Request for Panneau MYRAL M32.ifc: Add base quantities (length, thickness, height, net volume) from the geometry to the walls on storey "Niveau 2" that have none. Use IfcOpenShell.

First a look at what the model holds.

```python
import ifcopenshell
import ifcopenshell.util.element
import ifcopenshell.util.unit

model = ifcopenshell.open("Panneau MYRAL M32.ifc")
print(model.schema)
for unit_type in ("LENGTHUNIT", "AREAUNIT", "VOLUMEUNIT"):
    print(unit_type, ifcopenshell.util.unit.calculate_unit_scale(model, unit_type))
storey = next(s for s in model.by_type("IfcBuildingStorey") if s.Name == "Niveau 2")
walls = [e for e in ifcopenshell.util.element.get_decomposition(storey) if e.is_a("IfcWall")]
for e in sorted(walls, key=lambda e: e.id()):
    print(e.id(), e.is_a(), e.Name, list(ifcopenshell.util.element.get_psets(e, qtos_only=True)), sep=" | ")
```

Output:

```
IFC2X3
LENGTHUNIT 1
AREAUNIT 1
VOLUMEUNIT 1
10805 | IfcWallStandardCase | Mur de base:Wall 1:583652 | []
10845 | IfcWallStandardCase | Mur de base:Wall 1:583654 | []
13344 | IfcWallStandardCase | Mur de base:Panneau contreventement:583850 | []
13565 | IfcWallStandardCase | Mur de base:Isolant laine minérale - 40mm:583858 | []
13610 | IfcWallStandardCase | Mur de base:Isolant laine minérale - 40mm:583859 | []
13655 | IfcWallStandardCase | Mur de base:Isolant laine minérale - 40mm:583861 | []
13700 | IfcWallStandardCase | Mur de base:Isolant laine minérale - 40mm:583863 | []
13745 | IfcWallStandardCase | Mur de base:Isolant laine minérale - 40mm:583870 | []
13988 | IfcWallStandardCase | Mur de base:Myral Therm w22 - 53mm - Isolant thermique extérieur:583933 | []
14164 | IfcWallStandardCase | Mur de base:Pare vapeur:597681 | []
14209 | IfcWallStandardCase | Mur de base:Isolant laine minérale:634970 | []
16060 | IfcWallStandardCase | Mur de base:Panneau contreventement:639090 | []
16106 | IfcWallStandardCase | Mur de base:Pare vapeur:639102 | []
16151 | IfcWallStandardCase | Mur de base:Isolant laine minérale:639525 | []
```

```python
import ifcopenshell
import ifcopenshell.api.pset
import ifcopenshell.geom
import ifcopenshell.util.element
import ifcopenshell.util.shape
import ifcopenshell.util.unit

model = ifcopenshell.open("Panneau MYRAL M32.ifc")
unit_scale = ifcopenshell.util.unit.calculate_unit_scale(model)
volume_scale = ifcopenshell.util.unit.calculate_unit_scale(model, "VOLUMEUNIT")
settings = ifcopenshell.geom.settings()

storey = next(s for s in model.by_type("IfcBuildingStorey") if s.Name == "Niveau 2")
walls = [e for e in ifcopenshell.util.element.get_decomposition(storey) if e.is_a("IfcWall")]

for e in sorted(walls, key=lambda e: e.id()):
    if ifcopenshell.util.element.get_psets(e, qtos_only=True, should_inherit=False):
        continue
    # Geometry comes back in metres, in the element's own axes.
    shape = ifcopenshell.geom.create_shape(settings, e)
    values = {
        "Length": ifcopenshell.util.shape.get_x(shape.geometry) / unit_scale,
        "Width": ifcopenshell.util.shape.get_y(shape.geometry) / unit_scale,
        "Height": ifcopenshell.util.shape.get_z(shape.geometry) / unit_scale,
        "NetVolume": ifcopenshell.util.shape.get_volume(shape.geometry) / volume_scale,
    }
    qto = ifcopenshell.api.pset.add_qto(model, product=e, name="BaseQuantities")
    ifcopenshell.api.pset.edit_qto(model, qto=qto, properties=values)
    print(e.id(), {k: round(v, 3) for k, v in values.items()})

model.write("Panneau MYRAL M32_v2.ifc")
```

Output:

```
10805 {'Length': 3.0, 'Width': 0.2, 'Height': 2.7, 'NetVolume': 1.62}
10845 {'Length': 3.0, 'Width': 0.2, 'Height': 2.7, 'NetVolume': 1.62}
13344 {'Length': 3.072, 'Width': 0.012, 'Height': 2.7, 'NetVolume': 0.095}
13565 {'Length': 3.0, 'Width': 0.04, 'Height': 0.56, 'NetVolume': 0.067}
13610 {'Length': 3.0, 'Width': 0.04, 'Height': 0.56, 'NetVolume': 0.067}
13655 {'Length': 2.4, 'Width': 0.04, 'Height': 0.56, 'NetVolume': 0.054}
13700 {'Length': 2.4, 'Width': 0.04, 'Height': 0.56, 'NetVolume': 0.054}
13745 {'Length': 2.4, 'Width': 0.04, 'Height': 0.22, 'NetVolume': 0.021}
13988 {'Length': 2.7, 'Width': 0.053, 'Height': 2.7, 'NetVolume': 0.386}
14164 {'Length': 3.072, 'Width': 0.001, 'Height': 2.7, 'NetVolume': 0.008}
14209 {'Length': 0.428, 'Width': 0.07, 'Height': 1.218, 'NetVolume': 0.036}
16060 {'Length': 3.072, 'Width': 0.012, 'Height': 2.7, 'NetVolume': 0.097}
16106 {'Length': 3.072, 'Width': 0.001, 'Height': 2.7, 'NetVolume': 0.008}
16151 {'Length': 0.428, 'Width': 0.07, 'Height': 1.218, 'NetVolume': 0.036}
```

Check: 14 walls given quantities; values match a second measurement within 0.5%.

——

Brief: Copy each line above that contains the word "laine".

Worked solution:
13565 | IfcWallStandardCase | Mur de base:Isolant laine minérale - 40mm:583858 | []
13610 | IfcWallStandardCase | Mur de base:Isolant laine minérale - 40mm:583859 | []
13655 | IfcWallStandardCase | Mur de base:Isolant laine minérale - 40mm:583861 | []
13700 | IfcWallStandardCase | Mur de base:Isolant laine minérale - 40mm:583863 | []
13745 | IfcWallStandardCase | Mur de base:Isolant laine minérale - 40mm:583870 | []
14209 | IfcWallStandardCase | Mur de base:Isolant laine minérale:634970 | []
16151 | IfcWallStandardCase | Mur de base:Isolant laine minérale:639525 | []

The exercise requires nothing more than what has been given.